Duh, all that stuff is in the court ruling document. http://utahstreamaccess.org/usac-wp/...m_medium=email

thanks for posting the story HopperLover.

.


----------



## Jedidiah (Oct 10, 2014)

Huh, wonder why the "Get off my lawn!" crowd haven't chimed in. Come on guys, explain to us that your share of the water comes off the top so people should have to drive 30 miles around your single acre when they want to fish the other side.


----------



## wyogoob (Sep 7, 2007)

Jedidiah said:


> Huh, wonder why the "Get off my lawn!" crowd haven't chimed in. Come on guys, explain to us that your share of the water comes off the top so people should have to drive 30 miles around your single acre when they want to fish the other side.


Slow crowd today, I'm thinking most of the Utah water rights guys are in Wyoming where you have to drive 40 miles around my single acre of private land to fish the other side....and without any complaint, by the way.

As a "Get off my lawn!" guy from Wyoming and a *Moderator* I've learned to "chime in" later on the Utah water rights issue....waiting, inevitability, until a handful of water rights guys break Forum rules and make asses out of themselves ruining it for those, on both sides, offering intelligent dialog.

.


----------



## ridgetop (Sep 13, 2007)

Jedidiah said:


> Huh, wonder why the "Get off my lawn!" crowd haven't chimed in.
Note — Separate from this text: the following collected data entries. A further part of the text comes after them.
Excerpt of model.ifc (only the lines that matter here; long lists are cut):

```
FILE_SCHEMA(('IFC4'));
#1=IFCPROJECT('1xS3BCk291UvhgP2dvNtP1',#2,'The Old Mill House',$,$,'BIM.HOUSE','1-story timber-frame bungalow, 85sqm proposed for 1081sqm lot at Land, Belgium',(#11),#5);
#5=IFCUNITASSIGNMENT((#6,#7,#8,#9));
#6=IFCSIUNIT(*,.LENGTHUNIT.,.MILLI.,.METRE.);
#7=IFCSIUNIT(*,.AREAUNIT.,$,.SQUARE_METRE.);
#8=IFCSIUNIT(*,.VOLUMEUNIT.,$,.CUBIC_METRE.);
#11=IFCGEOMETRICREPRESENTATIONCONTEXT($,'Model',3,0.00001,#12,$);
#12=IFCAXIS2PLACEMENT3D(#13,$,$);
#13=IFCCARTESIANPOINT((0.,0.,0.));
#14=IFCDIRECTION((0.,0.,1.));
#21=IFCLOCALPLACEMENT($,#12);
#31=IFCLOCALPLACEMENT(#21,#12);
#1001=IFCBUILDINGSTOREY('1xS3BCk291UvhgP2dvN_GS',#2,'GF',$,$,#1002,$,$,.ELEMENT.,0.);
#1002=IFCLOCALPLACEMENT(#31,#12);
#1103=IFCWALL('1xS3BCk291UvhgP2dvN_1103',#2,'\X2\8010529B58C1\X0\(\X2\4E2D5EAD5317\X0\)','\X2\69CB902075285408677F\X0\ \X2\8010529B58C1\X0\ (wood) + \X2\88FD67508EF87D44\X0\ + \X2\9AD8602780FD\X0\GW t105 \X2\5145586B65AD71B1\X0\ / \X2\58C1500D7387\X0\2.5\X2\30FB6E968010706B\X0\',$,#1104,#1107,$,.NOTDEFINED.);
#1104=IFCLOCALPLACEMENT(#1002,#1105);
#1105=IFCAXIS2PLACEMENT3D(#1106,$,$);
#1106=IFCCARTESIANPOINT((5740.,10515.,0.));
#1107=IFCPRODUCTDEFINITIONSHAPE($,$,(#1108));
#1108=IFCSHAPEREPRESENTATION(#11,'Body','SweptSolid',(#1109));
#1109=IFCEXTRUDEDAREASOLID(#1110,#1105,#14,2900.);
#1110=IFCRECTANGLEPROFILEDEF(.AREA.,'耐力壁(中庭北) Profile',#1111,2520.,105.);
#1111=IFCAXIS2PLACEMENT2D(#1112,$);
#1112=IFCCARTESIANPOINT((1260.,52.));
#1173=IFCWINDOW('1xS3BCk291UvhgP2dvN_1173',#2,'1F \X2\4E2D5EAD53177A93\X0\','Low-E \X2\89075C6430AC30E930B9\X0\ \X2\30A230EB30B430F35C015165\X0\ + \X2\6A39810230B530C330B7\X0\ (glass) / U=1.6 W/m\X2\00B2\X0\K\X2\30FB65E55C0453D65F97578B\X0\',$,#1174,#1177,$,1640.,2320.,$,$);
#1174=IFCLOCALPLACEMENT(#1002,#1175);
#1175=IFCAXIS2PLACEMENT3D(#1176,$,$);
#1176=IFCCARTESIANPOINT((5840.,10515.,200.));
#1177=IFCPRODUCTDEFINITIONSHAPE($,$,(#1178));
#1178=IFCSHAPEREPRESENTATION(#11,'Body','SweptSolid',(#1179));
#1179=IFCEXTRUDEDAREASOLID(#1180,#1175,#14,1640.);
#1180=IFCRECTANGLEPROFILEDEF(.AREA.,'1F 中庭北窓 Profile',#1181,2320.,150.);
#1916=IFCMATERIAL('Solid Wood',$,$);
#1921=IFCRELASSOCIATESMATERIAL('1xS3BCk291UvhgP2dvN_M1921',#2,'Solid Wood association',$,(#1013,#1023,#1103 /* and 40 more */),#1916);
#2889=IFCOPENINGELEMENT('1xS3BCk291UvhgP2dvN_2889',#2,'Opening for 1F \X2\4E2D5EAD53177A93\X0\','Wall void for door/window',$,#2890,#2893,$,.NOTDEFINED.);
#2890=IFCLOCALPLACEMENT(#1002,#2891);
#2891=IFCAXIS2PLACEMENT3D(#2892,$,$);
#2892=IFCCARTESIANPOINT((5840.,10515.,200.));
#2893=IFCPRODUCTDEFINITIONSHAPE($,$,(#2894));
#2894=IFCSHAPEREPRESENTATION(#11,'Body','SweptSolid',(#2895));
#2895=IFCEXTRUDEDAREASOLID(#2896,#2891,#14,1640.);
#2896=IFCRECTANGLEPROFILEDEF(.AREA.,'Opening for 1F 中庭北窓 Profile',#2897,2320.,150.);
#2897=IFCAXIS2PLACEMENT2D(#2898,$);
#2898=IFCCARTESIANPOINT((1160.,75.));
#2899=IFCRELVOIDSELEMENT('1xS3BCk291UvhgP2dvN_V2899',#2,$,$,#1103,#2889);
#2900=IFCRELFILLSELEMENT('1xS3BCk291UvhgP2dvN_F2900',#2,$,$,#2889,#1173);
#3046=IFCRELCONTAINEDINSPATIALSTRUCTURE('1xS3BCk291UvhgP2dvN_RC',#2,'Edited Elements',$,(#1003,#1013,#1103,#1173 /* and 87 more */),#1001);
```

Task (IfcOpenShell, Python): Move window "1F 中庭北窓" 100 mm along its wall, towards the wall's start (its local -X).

```python
import ifcopenshell
import ifcopenshell.api.geometry
import ifcopenshell.util.placement

model = ifcopenshell.open("model.ifc")

window = model.by_guid("1xS3BCk291UvhgP2dvN_1173")
opening = window.FillsVoids[0].RelatingOpeningElement
wall = opening.VoidsElements[0].RelatingBuildingElement

wall_matrix = ifcopenshell.util.placement.get_local_placement(wall.ObjectPlacement)
shift = wall_matrix[:3, 0] * -100.0
before = ifcopenshell.util.placement.get_local_placement(window.ObjectPlacement)[:3, 3].copy()

# The window is not placed relative to its opening, so move both.
for product in (opening, window):
    matrix = ifcopenshell.util.placement.get_local_placement(product.ObjectPlacement)
    matrix[:3, 3] += shift
    ifcopenshell.api.geometry.edit_object_placement(model, product=product, matrix=matrix, is_si=False)

after = ifcopenshell.util.placement.get_local_placement(window.ObjectPlacement)[:3, 3]
print("window moved by", (after - before).round(3) + 0.0)

model.write("model_edited.ifc")
```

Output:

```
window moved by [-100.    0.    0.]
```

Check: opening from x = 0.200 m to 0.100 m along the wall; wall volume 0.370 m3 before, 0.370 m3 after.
Come on guys, explain to us that your share of the water comes off the top so people should have to drive 30 miles around your single acre when they want to fish the other side.


It's amazing to me to see the "entitlement" that so many guys have on this issue.
Even a smart guy like Lonetree should have seen how poorly written that first bill/law was, in which it eventually got overturned.
I sure do hope this one does hold up and all the "entitled" idiots will stay off and out of peoples private property when trying to gain access to these waters.


----------



## Kwalk3 (Jun 21, 2012)

ridgetop said:


> It's amazing to me to see the "entitlement" that so many guys have on this issue.
> Even a smart guy like Lonetree should have seen how poorly written that first bill/law was, in which it eventually got overturned.
> I sure do hope this one does hold up and all the "entitled" idiots will stay off and out of peoples private property when trying to gain access to these waters.


I am a proponent of property rights. Private property rights should absolutely be respected. As should the rights of the public to access a resource that belongs to the public. I may be misreading you, but I don't believe that anglers believing they should be allowed access to a public waterway(below high water mark) constitutes an error in a sense of entitlement.


----------



## Jedidiah (Oct 10, 2014)

ridgetop said:


> It's amazing to me to see the "entitlement" that so many guys have on this issue.
> Even a smart guy like Lonetree should have seen how poorly written that first bill/law was, in which it eventually got overturned.
> I sure do hope this one does hold up and all the "entitled" idiots will stay off and out of peoples private property when trying to gain access to these waters.


I definitely agree the second and third sentences, people need to stay within the boundaries, respect privacy and absolutely never litter.

In my view, entitlement is when people buy land on a major river like the Weber, Provo, Bear or Green and think they can put a fence across the water. Even people who don't own land on those rivers are paying for you to have clean water flowing through your land. Creeks and streams are a different story entirely, I'm totally on board with those being owned solely by the land owner, but the big rivers in the state are public property.

And actually, the way this law is written, people won't even own the river from the high water mark down. End of argument, people wanted to fight over people walking on "their" land, now it's not even theirs. Looking forward to the same happening on the rest of the bigger rivers in the state.


----------



## wyogoob (Sep 7, 2007)

ridgetop said:


> It's amazing to me to see the "entitlement" that so many guys have on this issue.
> Even a smart guy like Lonetree should have seen how poorly written that first bill/law was, in which it eventually got overturned.
> I sure do hope this one does hold up and all the "entitled" idiots will stay off and out of peoples private property when trying to gain access to these waters.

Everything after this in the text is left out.